The Journal des Debats is available online.

The Conte of Montecristo was published according to Wikipedia:

[https://en.wikipedia.org/wiki/The_Count_of_Monte_Cristo#Publ...](https://en.wikipedia.org/wiki/The_Count_of_Monte_Cristo#Publication)

> from 28 August 1844 to 15 January 1846

The original (book) has 117 Chapters:
[http://catdir.loc.gov/catdir/toc/ecip0720/2007023856.html](http://catdir.loc.gov/catdir/toc/ecip0720/2007023856.html)

As a matter of fact the first date there is chapter 1:

[https://gallica.bnf.fr/ark:/12148/bpt6k446668c.item](https://gallica.bnf.fr/ark:/12148/bpt6k446668c.item)

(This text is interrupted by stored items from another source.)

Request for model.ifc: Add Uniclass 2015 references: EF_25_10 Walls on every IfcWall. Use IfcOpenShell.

First a look at what the model holds.

```python
import ifcopenshell

model = ifcopenshell.open("model.ifc")
print(model.schema)
print("classifications:", [c.Name for c in model.by_type("IfcClassification")])
for ifc_class in ("IfcDoor", "IfcRoof", "IfcStair", "IfcWall", "IfcWindow"):
    print(ifc_class, len(model.by_type(ifc_class)))
```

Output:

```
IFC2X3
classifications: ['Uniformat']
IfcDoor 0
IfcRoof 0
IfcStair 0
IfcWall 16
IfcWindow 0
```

```python
import ifcopenshell
import ifcopenshell.api.classification

model = ifcopenshell.open("model.ifc")

# IFC2X3 requires Source and Edition and has no link from the project to the system.
system = model.create_entity("IfcClassification", Source="NBS", Edition="2015", Name="Uniclass 2015")

codes = {
    "IfcWall": ("EF_25_10", "Walls"),
}
for ifc_class, (code, name) in codes.items():
    products = model.by_type(ifc_class)
    ifcopenshell.api.classification.add_reference(
        model, products=products, classification=system, identification=code, name=name
    )
    print(code, len(products))

model.write("model_updated.ifc")
```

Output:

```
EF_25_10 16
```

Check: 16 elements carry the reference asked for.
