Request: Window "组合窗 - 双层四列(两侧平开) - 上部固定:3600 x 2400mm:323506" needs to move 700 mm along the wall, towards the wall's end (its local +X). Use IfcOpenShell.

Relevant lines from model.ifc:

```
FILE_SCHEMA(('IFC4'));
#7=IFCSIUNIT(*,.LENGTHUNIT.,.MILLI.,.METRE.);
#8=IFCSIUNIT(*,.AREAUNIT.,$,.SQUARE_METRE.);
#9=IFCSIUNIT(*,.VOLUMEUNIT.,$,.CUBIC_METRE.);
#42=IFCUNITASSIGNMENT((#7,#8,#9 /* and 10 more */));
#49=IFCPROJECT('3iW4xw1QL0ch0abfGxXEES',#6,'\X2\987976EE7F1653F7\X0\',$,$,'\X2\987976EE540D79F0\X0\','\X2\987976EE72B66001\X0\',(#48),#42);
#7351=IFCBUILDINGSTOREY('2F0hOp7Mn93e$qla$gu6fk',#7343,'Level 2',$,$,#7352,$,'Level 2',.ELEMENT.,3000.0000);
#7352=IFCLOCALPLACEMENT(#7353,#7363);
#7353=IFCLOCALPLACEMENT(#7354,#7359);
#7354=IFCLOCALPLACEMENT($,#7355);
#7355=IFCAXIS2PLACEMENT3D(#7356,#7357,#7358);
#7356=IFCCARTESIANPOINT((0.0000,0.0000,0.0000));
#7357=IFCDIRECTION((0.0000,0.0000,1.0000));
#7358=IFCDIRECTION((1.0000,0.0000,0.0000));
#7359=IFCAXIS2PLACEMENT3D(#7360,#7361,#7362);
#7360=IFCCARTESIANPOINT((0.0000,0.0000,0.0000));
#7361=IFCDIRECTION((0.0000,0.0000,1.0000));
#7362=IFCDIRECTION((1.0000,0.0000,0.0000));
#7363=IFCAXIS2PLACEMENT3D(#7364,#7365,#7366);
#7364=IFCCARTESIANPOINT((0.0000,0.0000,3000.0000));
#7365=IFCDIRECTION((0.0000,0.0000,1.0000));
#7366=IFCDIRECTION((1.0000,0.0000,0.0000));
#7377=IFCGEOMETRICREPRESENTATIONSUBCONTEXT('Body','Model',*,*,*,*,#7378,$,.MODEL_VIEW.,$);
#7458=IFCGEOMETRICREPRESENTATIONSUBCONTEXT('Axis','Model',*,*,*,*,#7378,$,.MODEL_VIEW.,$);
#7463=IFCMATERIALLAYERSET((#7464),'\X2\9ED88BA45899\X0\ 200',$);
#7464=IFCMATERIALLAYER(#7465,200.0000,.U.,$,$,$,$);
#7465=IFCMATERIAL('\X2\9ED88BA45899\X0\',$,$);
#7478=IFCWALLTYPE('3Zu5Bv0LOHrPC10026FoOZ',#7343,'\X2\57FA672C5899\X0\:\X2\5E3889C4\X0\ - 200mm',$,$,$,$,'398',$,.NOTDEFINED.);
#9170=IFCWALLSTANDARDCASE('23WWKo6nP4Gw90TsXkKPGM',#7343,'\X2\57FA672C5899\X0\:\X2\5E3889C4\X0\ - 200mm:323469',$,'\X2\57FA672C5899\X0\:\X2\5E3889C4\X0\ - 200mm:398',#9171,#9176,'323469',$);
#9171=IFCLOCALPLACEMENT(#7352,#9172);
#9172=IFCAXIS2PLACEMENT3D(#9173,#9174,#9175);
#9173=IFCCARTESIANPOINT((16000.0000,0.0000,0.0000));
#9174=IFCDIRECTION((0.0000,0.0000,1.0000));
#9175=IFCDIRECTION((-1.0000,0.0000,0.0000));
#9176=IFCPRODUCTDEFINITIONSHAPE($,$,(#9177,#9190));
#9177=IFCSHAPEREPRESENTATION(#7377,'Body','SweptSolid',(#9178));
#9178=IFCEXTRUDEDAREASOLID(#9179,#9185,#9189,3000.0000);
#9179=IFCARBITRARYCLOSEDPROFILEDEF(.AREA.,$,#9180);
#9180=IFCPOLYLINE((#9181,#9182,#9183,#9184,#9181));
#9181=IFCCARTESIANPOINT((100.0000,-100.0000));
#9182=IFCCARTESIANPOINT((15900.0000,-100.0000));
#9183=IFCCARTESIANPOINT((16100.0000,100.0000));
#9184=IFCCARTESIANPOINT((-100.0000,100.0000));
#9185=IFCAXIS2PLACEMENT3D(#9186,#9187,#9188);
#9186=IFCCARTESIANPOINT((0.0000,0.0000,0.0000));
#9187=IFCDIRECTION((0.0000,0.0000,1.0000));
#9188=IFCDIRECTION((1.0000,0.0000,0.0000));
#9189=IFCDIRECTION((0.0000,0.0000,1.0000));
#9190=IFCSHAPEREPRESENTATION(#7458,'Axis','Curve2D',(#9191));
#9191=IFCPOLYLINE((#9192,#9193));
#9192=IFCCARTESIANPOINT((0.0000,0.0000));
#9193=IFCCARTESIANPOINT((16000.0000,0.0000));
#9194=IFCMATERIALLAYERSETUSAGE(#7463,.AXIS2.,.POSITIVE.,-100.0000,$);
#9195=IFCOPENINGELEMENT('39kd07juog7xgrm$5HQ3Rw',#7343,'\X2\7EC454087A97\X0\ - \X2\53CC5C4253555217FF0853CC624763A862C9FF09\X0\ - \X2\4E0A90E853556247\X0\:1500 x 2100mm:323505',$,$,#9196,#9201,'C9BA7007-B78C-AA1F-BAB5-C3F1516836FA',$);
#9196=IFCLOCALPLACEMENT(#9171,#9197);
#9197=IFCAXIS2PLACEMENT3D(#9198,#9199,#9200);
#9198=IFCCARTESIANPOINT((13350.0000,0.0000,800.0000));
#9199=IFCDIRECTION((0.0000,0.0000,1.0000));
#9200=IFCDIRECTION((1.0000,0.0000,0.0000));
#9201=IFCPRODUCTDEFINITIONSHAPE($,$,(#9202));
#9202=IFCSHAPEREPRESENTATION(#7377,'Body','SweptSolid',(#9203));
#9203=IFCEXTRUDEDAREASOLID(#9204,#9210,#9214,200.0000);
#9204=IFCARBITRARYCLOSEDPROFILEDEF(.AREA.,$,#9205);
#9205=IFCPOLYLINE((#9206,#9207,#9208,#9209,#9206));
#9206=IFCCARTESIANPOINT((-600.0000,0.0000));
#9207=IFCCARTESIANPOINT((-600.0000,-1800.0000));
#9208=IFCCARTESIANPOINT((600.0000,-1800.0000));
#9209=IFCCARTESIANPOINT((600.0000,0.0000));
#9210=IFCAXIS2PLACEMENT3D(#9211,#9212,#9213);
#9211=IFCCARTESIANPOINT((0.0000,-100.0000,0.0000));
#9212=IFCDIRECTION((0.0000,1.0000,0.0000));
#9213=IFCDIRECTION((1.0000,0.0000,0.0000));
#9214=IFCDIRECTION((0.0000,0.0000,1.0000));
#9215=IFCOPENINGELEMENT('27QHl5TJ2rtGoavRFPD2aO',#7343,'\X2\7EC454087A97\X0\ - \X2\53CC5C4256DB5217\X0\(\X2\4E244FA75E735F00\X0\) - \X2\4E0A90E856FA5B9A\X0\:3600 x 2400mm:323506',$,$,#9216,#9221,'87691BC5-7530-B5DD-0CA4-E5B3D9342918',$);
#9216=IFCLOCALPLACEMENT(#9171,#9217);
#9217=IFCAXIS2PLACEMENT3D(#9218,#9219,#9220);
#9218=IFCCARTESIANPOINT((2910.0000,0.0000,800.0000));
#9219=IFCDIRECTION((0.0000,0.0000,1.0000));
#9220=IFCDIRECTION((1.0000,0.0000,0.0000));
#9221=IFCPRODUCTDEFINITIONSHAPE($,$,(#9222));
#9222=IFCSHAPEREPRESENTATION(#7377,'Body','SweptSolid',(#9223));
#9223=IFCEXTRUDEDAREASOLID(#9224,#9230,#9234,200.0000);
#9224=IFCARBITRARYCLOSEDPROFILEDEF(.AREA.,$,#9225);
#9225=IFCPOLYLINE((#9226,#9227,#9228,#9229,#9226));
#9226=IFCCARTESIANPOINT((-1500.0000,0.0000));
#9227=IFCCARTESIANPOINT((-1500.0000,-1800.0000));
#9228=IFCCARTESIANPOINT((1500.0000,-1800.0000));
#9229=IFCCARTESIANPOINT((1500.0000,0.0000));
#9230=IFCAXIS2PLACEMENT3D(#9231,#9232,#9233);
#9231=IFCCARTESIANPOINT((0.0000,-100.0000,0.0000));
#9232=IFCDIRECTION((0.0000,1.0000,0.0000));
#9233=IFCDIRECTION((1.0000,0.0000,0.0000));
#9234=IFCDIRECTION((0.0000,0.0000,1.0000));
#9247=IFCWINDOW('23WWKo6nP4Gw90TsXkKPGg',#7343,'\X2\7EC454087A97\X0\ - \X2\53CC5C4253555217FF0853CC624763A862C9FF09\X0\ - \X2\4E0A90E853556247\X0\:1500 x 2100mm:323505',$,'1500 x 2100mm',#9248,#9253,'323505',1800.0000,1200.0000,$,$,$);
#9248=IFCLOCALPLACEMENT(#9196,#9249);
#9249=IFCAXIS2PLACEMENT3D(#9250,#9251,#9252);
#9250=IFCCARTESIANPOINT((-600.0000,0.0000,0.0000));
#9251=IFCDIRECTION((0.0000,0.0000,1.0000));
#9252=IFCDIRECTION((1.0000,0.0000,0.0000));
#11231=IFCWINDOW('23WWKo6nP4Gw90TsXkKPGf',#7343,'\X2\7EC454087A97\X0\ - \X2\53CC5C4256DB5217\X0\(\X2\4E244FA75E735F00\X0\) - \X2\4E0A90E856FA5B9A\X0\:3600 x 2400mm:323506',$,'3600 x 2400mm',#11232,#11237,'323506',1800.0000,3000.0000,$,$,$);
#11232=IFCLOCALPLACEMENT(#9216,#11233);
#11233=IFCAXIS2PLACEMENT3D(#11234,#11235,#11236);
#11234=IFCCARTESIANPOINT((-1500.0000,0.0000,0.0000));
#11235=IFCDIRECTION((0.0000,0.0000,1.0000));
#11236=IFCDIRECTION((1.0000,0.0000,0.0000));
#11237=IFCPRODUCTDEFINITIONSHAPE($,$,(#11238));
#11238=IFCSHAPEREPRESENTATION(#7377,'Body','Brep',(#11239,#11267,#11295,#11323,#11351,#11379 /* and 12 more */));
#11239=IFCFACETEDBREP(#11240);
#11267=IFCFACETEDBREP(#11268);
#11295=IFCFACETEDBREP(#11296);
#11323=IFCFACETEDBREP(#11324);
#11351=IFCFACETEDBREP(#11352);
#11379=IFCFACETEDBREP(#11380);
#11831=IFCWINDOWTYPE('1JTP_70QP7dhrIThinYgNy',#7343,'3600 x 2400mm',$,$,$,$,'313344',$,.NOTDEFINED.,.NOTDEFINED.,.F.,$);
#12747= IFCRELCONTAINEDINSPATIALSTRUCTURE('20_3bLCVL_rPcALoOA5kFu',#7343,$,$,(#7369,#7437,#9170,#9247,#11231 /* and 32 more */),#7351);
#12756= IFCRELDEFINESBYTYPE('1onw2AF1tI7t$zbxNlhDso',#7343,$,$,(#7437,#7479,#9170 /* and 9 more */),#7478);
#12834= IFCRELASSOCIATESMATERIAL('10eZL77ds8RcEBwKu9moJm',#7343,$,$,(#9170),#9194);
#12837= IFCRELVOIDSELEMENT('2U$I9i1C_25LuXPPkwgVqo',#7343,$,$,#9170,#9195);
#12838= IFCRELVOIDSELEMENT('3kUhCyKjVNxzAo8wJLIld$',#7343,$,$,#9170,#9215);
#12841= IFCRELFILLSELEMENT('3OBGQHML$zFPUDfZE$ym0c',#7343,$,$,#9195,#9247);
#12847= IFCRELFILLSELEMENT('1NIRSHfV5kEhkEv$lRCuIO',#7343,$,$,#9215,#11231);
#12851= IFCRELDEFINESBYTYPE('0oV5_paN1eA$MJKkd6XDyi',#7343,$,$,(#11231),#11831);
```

```python
import ifcopenshell
import ifcopenshell.api.geometry
import ifcopenshell.util.placement
import ifcopenshell.util.unit

model = ifcopenshell.open("model.ifc")
unit_scale = ifcopenshell.util.unit.calculate_unit_scale(model)

window = model.by_id(11231)
opening = window.FillsVoids[0].RelatingOpeningElement
wall = opening.VoidsElements[0].RelatingBuildingElement

wall_matrix = ifcopenshell.util.placement.get_local_placement(wall.ObjectPlacement)
shift = wall_matrix[:3, 0] * 0.7 / unit_scale
before = ifcopenshell.util.placement.get_local_placement(window.ObjectPlacement)[:3, 3].copy()

# The window is placed relative to its opening, so it follows when the opening moves.
matrix = ifcopenshell.util.placement.get_local_placement(opening.ObjectPlacement)
matrix[:3, 3] += shift
ifcopenshell.api.geometry.edit_object_placement(
    model, product=opening, matrix=matrix, is_si=False, should_transform_children=True
)

after = ifcopenshell.util.placement.get_local_placement(window.ObjectPlacement)[:3, 3]
print("window moved by", (after - before).round(3) + 0.0)

model.write("model_rev.ifc")
```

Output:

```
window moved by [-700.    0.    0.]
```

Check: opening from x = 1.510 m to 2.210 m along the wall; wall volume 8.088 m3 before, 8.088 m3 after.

And on the last date ther is chapter 117:

[https://gallica.bnf.fr/ark:/12148/bpt6k447166b/](https://gallica.bnf.fr/ark:/12148/bpt6k447166b/)

And an indication that it is the fourth "part" and the dates where the
previous "sub-parts" were published.

They are not sequential (i.e. every day), and they have long gaps, so, without
checking the exact dates, it seems plausible that it was actually pubished in
117 times.

------
hombre_fatal
I love this idea, though I don't think it's necessary to only pick books that
were released through serial publication. What's useful about this project to
me is that, well, reading is already hard with so many distractions, but
having bite-sized episodes through email might help people make progress
without the overhead of sitting down with a book and feeling guilty when they
can't make progress.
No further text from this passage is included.